Being awarded a Michelin star is something that most chefs dream of, akin to the Academy Awards of the food world. But unlike winning an Oscar, a Michelin star can be taken away. While this does sound potentially devastating for a chef, does it constitute a criminal act? One particular French chef believes so and is taking the Michelin Guide to court over the loss of one of these sacred stars.
Chef Marc Veyrat
Marc Veyrat is renowned for his signature wide-brimmed Savoyard hat, his use of organic ingredients in molecular gastronomy and, now, for suing the Michelin Guide. Veyrat has been awarded a whopping nine Michelin stars in total over the course of his career and was the first chef to be awarded 20 out of 20 twice by French restaurant guide Gault&Millau. He is undoubtedly talented and considered by many to be one of the best chefs in the world. So why was his restaurant demoted from three stars (the highest possible rating) to two stars? And why is he taking legal action?
According to CNN, Veyrat’s restaurant, La Maison des Bois, in Haute-Savoie lost its three-star status in January 2019. A devastated Veyrat filed the lawsuit in hopes that the court would force the Michelin Guide to hand over the documents detailing the reasons behind the downgrade. He also demanded that the names and CVs of all the Michelin inspectors be handed to him.
He believes the reason for his demotion is that the inspector mistakenly thought Veyrat used British Cheddar instead of a fine French cheese in his soufflé. As evidence given in support of this grave misunderstanding, Veyrat’s lawyer, Emmanuel Ravanas, presented a video of the soufflé being prepared with Reblochon and Beaufort, two cheeses native to the French Alps. Veyrat stated that the addition of saffron attributed to the soufflé’s yellow colour, which proved the inspectors’ “deep incompetence”. The guide has denied these cheese claims.

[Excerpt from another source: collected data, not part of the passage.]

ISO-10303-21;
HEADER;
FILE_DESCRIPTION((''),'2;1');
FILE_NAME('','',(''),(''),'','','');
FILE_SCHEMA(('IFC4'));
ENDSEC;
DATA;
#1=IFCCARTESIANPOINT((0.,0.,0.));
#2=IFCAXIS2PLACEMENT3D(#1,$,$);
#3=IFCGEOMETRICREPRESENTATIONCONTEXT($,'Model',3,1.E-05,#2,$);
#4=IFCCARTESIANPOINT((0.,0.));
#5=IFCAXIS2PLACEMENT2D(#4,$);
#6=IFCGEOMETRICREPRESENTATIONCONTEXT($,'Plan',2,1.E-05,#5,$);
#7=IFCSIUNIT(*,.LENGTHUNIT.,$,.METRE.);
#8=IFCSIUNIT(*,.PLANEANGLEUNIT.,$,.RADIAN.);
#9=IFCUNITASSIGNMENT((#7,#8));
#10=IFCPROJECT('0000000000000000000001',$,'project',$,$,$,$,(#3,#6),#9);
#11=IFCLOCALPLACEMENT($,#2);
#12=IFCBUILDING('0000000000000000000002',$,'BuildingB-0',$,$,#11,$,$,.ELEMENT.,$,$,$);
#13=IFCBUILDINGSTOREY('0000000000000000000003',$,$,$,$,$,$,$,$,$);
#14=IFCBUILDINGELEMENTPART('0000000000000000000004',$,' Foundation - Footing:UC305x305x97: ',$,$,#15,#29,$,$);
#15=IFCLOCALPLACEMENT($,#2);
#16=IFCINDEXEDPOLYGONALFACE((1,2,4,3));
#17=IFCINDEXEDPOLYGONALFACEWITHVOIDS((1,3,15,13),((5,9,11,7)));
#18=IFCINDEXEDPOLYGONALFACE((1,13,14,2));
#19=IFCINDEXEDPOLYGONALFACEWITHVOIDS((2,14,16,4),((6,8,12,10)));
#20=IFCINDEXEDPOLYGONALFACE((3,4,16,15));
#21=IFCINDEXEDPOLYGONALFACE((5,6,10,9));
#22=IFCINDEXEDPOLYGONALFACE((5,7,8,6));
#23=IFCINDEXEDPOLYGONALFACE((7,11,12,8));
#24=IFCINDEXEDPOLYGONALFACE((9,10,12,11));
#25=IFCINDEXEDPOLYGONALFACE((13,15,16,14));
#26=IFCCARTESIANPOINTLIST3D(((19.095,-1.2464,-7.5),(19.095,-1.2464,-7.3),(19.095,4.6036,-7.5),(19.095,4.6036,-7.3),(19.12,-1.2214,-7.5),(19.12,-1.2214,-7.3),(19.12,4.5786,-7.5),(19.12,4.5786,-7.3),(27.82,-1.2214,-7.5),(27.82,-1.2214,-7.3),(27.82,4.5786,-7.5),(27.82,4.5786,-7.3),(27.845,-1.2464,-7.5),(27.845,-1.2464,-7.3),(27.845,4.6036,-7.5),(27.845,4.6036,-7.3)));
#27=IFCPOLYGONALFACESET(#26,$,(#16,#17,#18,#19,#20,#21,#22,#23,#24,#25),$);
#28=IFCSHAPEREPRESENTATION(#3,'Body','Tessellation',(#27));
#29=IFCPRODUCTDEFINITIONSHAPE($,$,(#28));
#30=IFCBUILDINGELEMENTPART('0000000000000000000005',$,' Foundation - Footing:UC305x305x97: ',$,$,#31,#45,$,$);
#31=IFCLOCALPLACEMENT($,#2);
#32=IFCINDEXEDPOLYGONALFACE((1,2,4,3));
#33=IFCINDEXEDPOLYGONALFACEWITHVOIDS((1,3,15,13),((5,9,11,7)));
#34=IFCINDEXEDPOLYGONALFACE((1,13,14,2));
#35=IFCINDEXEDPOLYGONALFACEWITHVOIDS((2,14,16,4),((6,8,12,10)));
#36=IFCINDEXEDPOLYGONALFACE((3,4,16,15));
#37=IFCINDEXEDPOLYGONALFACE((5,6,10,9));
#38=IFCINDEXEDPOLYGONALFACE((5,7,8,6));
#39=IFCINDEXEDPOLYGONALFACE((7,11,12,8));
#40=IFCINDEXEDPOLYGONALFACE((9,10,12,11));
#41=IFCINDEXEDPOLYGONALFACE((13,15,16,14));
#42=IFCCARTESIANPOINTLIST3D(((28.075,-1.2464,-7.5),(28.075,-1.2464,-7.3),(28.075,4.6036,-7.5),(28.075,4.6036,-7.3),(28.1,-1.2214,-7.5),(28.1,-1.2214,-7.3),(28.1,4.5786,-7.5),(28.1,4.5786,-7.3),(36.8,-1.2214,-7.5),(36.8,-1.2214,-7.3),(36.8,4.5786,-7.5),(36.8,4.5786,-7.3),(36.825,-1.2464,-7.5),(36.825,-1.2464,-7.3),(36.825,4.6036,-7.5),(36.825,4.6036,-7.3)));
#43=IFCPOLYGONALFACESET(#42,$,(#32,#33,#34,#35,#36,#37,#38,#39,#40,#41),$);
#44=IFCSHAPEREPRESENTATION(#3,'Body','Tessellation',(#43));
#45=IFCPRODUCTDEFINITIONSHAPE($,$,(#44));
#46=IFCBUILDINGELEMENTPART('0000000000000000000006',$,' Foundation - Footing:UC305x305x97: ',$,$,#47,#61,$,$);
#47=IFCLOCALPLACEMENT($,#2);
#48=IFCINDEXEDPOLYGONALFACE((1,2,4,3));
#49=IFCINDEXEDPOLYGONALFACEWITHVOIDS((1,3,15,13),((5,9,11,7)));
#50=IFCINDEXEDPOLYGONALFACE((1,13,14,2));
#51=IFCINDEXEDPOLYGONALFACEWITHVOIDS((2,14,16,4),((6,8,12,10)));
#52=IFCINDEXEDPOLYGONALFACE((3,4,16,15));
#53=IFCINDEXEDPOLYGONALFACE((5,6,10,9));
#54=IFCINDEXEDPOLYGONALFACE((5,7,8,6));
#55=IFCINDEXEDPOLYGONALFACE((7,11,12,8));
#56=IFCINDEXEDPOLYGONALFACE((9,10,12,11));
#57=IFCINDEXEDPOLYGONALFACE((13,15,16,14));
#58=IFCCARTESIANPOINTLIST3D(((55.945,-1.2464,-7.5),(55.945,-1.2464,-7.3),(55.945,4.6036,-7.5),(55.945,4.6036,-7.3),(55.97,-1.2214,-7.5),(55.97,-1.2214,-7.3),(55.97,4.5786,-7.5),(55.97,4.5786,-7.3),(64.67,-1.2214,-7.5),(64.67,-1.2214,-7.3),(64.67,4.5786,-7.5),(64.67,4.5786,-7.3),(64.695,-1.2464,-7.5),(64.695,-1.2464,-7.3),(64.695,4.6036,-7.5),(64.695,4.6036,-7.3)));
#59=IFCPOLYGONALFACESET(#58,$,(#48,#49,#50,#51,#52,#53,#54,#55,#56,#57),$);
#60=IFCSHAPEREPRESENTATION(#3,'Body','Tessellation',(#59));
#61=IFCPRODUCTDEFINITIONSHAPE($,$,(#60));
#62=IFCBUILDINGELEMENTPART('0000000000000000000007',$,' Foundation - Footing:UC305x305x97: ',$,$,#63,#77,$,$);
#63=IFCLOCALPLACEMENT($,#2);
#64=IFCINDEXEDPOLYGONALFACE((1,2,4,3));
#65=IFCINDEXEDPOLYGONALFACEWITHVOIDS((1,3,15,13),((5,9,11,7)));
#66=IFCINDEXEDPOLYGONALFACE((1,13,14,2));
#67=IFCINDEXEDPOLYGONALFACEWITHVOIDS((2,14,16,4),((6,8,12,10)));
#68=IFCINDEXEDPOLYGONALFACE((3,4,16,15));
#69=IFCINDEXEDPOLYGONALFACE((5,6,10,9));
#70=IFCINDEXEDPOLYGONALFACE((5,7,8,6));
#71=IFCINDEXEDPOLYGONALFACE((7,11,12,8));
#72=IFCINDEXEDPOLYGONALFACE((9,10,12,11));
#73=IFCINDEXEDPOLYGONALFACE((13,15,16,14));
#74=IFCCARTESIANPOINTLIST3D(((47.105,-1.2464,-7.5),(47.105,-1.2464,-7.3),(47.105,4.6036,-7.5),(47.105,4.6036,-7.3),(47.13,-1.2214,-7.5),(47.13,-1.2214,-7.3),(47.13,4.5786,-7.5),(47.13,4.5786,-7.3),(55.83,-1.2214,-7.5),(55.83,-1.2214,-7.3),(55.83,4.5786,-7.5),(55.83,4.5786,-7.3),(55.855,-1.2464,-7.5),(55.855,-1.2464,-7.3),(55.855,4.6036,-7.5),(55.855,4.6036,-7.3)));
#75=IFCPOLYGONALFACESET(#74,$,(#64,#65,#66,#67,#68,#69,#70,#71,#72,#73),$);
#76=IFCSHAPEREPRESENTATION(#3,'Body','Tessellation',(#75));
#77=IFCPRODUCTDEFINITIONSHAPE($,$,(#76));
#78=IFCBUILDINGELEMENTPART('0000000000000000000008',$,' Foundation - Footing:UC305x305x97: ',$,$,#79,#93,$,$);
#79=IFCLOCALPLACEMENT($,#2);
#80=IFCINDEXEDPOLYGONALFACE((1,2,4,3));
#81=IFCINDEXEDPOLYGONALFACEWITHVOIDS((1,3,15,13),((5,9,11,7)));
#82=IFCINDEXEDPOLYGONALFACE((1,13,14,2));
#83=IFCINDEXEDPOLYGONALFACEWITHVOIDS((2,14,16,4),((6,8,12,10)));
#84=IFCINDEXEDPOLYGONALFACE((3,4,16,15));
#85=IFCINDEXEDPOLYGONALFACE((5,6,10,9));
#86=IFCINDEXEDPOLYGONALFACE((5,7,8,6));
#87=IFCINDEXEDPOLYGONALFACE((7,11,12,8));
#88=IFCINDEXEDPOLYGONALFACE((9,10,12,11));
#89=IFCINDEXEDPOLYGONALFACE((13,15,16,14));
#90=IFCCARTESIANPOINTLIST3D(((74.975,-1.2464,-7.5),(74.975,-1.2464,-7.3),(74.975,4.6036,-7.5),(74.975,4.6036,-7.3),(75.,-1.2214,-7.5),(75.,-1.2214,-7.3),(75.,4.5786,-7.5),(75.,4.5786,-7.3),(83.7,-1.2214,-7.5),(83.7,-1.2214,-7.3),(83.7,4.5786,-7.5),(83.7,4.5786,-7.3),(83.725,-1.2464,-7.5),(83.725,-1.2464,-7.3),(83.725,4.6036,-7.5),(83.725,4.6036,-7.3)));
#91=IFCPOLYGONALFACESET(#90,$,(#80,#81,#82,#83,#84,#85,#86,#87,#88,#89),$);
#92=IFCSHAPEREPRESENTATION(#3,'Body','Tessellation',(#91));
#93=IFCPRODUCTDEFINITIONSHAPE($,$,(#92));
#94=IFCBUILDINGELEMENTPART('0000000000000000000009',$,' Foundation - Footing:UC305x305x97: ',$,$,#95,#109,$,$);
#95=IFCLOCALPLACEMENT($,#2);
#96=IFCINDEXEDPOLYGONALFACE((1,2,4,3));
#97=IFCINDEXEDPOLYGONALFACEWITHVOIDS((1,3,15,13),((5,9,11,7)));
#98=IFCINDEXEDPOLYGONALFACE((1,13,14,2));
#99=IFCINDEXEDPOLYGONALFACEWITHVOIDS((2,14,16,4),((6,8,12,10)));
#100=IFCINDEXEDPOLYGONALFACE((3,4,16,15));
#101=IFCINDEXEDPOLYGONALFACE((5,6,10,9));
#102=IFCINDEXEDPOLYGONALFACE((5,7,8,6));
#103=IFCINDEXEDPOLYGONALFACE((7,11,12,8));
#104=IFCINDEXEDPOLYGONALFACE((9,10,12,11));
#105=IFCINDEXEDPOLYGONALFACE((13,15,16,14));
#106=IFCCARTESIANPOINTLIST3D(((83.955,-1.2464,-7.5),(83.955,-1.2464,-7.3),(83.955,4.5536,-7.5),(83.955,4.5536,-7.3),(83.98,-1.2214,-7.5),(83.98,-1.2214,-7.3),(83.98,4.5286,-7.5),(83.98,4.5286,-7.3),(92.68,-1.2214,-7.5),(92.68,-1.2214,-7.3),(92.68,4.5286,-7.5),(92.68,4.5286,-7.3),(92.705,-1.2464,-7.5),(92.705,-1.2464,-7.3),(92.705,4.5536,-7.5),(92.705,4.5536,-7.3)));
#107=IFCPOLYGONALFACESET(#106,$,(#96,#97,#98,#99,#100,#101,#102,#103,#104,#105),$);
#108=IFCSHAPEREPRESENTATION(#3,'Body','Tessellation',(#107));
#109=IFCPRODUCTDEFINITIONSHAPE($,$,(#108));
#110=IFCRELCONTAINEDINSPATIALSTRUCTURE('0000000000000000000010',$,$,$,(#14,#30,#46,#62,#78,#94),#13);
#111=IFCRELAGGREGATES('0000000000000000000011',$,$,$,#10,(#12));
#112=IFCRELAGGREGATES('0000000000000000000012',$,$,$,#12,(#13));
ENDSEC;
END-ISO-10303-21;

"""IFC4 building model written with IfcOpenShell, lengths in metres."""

from ifc_helpers import new_model, si_unit, origin, origin_2d, place, context, project, spatial, polyline, outline, extrude, element, save


model = new_model("IFC4")

# Units and contexts
model_context = context("Model", 3, precision=1e-05, world=origin())
plan_context = context("Plan", 2, precision=1e-05, world=origin_2d())
ifc_project = project(units=[si_unit("LENGTHUNIT", "METRE"), si_unit("PLANEANGLEUNIT", "RADIAN")], contexts=[model_context, plan_context])

# Building, storey
building_placement = place(None, origin())
building = spatial("IfcBuilding", under=ifc_project, at=building_placement, Name="BuildingB-0", CompositionType="ELEMENT")
storey = spatial("IfcBuildingStorey", under=building)

# Building element parts, openings
building_element_part_1 = element("IfcBuildingElementPart", 1, inside=storey, Name=" Foundation - Footing:UC305x305x97: ", context=model_context, shape_type="SweptSolid", body=[
    extrude(outline(polyline([(19.095, -1.2464, -7.5), (27.845, -1.2464, -7.5), (27.845, 4.6036, -7.5), (19.095, 4.6036, -7.5), (19.095, -1.2464, -7.5)])), None, (0.0, 0.0, 1.0), 0.2),
])
element("IfcOpeningElement", 2, inside=storey, cuts=building_element_part_1, context=model_context, shape_type="SweptSolid", body=[
    extrude(outline(polyline([(19.12, -1.2214, -7.5), (27.82, -1.2214, -7.5), (27.82, 4.5786, -7.5), (19.12, 4.5786, -7.5), (19.12, -1.2214, -7.5)])), None, (0.0, 0.0, 1.0), 0.2),
])
building_element_part_2 = element("IfcBuildingElementPart", 3, inside=storey, Name=" Foundation - Footing:UC305x305x97: ", context=model_context, shape_type="SweptSolid", body=[
    extrude(outline(polyline([(28.075, -1.2464, -7.5), (36.825, -1.2464, -7.5), (36.825, 4.6036, -7.5), (28.075, 4.6036, -7.5), (28.075, -1.2464, -7.5)])), None, (0.0, 0.0, 1.0), 0.2),
])
element("IfcOpeningElement", 4, inside=storey, cuts=building_element_part_2, context=model_context, shape_type="SweptSolid", body=[
    extrude(outline(polyline([(28.1, -1.2214, -7.5), (36.8, -1.2214, -7.5), (36.8, 4.5786, -7.5), (28.1, 4.5786, -7.5), (28.1, -1.2214, -7.5)])), None, (0.0, 0.0, 1.0), 0.2),
])
building_element_part_3 = element("IfcBuildingElementPart", 5, inside=storey, Name=" Foundation - Footing:UC305x305x97: ", context=model_context, shape_type="SweptSolid", body=[
    extrude(outline(polyline([(55.945, -1.2464, -7.5), (64.695, -1.2464, -7.5), (64.695, 4.6036, -7.5), (55.945, 4.6036, -7.5), (55.945, -1.2464, -7.5)])), None, (0.0, 0.0, 1.0), 0.2),
])
element("IfcOpeningElement", 6, inside=storey, cuts=building_element_part_3, context=model_context, shape_type="SweptSolid", body=[
    extrude(outline(polyline([(55.97, -1.2214, -7.5), (64.67, -1.2214, -7.5), (64.67, 4.5786, -7.5), (55.97, 4.5786, -7.5), (55.97, -1.2214, -7.5)])), None, (0.0, 0.0, 1.0), 0.2),
])
building_element_part_4 = element("IfcBuildingElementPart", 7, inside=storey, Name=" Foundation - Footing:UC305x305x97: ", context=model_context, shape_type="SweptSolid", body=[
    extrude(outline(polyline([(47.105, -1.2464, -7.5), (55.855, -1.2464, -7.5), (55.855, 4.6036, -7.5), (47.105, 4.6036, -7.5), (47.105, -1.2464, -7.5)])), None, (0.0, 0.0, 1.0), 0.2),
])
element("IfcOpeningElement", 8, inside=storey, cuts=building_element_part_4, context=model_context, shape_type="SweptSolid", body=[
    extrude(outline(polyline([(47.13, -1.2214, -7.5), (55.83, -1.2214, -7.5), (55.83, 4.5786, -7.5), (47.13, 4.5786, -7.5), (47.13, -1.2214, -7.5)])), None, (0.0, 0.0, 1.0), 0.2),
])
building_element_part_5 = element("IfcBuildingElementPart", 9, inside=storey, Name=" Foundation - Footing:UC305x305x97: ", context=model_context, shape_type="SweptSolid", body=[
    extrude(outline(polyline([(74.975, -1.2464, -7.5), (83.725, -1.2464, -7.5), (83.725, 4.6036, -7.5), (74.975, 4.6036, -7.5), (74.975, -1.2464, -7.5)])), None, (0.0, 0.0, 1.0), 0.2),
])
element("IfcOpeningElement", 10, inside=storey, cuts=building_element_part_5, context=model_context, shape_type="SweptSolid", body=[
    extrude(outline(polyline([(75.0, -1.2214, -7.5), (83.7, -1.2214, -7.5), (83.7, 4.5786, -7.5), (75.0, 4.5786, -7.5), (75.0, -1.2214, -7.5)])), None, (0.0, 0.0, 1.0), 0.2),
])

The Michelin Guide is often thought of as CIA-level elusive and secretive, with the inspectors remaining completely anonymous during restaurant visits. A restaurant will not be informed of a Michelin visit, and restaurateurs (as well as the public) will most likely never know the prestigious inspectors’ names. This is to ensure a completely unbiased and honest dining experience. As food critics ourselves, we know it’s not unheard of for restaurants to up their game and provide critics with superior service when they are aware a review is at stake. By hiding their identities, Michelin inspectors should have the same dining experience as any other customer.

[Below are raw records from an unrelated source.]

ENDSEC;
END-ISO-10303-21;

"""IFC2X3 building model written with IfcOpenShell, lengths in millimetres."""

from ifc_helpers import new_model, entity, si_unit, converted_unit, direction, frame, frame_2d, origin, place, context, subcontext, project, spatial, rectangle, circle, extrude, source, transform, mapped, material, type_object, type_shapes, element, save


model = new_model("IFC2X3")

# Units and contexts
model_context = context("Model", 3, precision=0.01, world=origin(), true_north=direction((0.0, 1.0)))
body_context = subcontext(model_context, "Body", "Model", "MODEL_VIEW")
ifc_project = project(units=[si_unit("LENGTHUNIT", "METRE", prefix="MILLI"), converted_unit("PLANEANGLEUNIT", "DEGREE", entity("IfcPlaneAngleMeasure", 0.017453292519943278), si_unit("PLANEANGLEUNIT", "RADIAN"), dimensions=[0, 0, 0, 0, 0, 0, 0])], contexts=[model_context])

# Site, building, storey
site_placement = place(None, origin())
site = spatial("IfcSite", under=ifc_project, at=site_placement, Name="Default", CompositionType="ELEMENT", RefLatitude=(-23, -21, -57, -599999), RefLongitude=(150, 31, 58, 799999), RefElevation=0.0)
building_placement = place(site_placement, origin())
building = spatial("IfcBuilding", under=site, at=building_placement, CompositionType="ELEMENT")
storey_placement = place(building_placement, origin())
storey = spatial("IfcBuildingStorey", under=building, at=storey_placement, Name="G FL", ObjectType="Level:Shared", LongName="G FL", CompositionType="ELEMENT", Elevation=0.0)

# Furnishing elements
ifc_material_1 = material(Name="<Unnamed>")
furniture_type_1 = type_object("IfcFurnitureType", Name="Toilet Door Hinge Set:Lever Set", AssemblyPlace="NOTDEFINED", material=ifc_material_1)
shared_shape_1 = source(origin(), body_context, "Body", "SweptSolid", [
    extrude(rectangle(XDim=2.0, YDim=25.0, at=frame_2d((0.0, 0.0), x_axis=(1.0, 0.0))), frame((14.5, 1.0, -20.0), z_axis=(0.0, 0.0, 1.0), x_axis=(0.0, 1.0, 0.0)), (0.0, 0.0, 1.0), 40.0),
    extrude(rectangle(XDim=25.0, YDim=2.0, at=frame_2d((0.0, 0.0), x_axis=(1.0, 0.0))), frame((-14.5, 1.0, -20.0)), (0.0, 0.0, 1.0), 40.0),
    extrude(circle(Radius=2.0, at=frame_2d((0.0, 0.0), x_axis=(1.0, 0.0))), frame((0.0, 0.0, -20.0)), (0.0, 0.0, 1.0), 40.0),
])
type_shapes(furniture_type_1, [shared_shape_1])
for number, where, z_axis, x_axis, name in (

While an inspector’s account of his or her dining experience and grading rationale is kept secret, the grading framework is transparent and straightforward: quality of ingredients; mastery of technique; harmony of flavours; the chef’s unique signature; value for money; consistency over time. Clearly, Veyrat thought his restaurant couldn’t have faltered on any of these points and went as far as to state that his demotion is “unprecedented in the history of gastronomic criticism”.

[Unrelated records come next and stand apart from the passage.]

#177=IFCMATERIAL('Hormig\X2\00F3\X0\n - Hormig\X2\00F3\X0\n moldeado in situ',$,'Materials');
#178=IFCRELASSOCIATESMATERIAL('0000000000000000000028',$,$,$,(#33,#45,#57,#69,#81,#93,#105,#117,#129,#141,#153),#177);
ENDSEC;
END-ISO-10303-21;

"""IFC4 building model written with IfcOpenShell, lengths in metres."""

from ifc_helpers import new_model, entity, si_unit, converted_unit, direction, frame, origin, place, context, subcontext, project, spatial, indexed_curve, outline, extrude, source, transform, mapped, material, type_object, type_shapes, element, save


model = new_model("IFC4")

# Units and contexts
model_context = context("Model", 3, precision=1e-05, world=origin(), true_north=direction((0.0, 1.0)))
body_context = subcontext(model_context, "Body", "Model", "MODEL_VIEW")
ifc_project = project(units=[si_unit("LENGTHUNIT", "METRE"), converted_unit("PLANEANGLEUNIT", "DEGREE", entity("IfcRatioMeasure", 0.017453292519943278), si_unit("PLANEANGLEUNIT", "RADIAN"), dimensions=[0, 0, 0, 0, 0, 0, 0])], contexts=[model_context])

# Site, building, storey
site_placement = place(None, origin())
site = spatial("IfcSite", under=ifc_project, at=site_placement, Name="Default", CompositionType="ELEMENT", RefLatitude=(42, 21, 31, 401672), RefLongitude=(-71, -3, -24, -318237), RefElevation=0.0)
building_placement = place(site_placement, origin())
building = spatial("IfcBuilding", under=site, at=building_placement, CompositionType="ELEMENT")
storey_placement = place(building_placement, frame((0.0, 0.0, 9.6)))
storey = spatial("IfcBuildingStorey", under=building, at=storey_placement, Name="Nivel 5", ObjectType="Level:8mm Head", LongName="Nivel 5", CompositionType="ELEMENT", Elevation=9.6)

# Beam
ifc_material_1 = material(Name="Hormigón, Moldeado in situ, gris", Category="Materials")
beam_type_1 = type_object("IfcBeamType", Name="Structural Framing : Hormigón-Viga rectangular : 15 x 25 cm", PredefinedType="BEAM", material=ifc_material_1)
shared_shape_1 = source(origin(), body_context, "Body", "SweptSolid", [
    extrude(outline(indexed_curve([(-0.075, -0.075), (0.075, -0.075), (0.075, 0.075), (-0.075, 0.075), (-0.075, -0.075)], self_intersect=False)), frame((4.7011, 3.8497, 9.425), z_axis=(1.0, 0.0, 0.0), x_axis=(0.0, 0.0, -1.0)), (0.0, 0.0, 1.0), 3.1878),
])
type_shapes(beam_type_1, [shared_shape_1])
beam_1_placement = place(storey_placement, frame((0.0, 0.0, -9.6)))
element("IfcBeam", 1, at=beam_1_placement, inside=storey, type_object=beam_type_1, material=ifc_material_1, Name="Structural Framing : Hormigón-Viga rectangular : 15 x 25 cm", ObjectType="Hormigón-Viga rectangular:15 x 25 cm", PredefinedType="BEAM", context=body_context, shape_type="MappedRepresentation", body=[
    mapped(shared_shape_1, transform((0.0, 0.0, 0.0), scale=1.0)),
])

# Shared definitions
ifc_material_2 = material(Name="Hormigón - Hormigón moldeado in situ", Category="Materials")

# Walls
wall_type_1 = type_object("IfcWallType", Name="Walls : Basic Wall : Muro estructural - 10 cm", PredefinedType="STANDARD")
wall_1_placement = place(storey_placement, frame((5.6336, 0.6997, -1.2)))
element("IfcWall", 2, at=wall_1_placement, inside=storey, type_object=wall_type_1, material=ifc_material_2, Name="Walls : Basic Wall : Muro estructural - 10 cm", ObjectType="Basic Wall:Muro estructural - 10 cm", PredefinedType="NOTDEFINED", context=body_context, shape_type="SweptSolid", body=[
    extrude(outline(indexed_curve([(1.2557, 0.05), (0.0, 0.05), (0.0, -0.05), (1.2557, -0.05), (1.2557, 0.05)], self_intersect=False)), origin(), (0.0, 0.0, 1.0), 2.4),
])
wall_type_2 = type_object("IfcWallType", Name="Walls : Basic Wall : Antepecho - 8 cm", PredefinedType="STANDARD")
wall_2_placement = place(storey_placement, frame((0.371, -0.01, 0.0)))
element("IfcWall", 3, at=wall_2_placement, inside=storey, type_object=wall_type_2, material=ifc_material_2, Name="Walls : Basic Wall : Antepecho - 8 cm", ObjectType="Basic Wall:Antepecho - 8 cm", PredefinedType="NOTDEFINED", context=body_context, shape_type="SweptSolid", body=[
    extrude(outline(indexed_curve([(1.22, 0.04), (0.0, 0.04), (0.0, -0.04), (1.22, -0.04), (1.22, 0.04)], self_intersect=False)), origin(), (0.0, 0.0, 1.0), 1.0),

Veyrat claims to have suffered from depression for six months after finding out that the star was taken away and that he couldn’t sleep for three months prior to the guide being released. In an interview with Franceinfo magazine, he said the loss felt like “my parents have died a second time”. He also demanded to be removed from the guide entirely. Michelin refused. He’s even accused the guide of having never visited his restaurant. In response to Veyrat’s lawsuit, the Michelin Guide is asking for €30,000 in damages. Michelin’s lawyer, Richard Malka, stated that Veyrat’s demands went against “the constitutional right to freedom of expression” and that the chef’s case was rooted in “pathological egoism”.
Veyrat’s case comes two years after another famed French chef, Sébastien Bras, said that he wished to be left out of the 2018 edition of the guide because of the pressure of holding onto three stars for over a decade. His restaurant, Le Suquet, returned to the guide in 2019 with a two-star rating. This wasn’t the first time a chef has requested their restaurant be removed from the guide, with many chefs citing psychological and financial stress as their reason.
In Hong Kong, we know the trials and tribulations of the “Michelin curse” all to well, with many small, family-run Michelin and Bib Gourmand spots closing their doors after being unable to maintain their restaurants owing to the inevitable increases in customers and fees. The high-profile and tragic suicides of Anthony Bourdain and Chef Benoît Violier (of three-Michelin-starred Restaurant de l’Hôtel de Ville) started a much-needed discourse in the culinary community about the immense pressures that chefs are under and the psychological stress they often suffer as a result.
Whether Veyrat is a narcissist, fragile artist or anti-Michelin crusader shining the light on a stressful and potentially harmful system is for you (and the courts) to decide. However, one thing is for sure: this will go down in history as the first legal case against the restaurant bible that is the Michelin Guide. A ruling on #cheesegate is expected on 31 December 2019, and you can bet we’ll be waiting on the edges of our seats.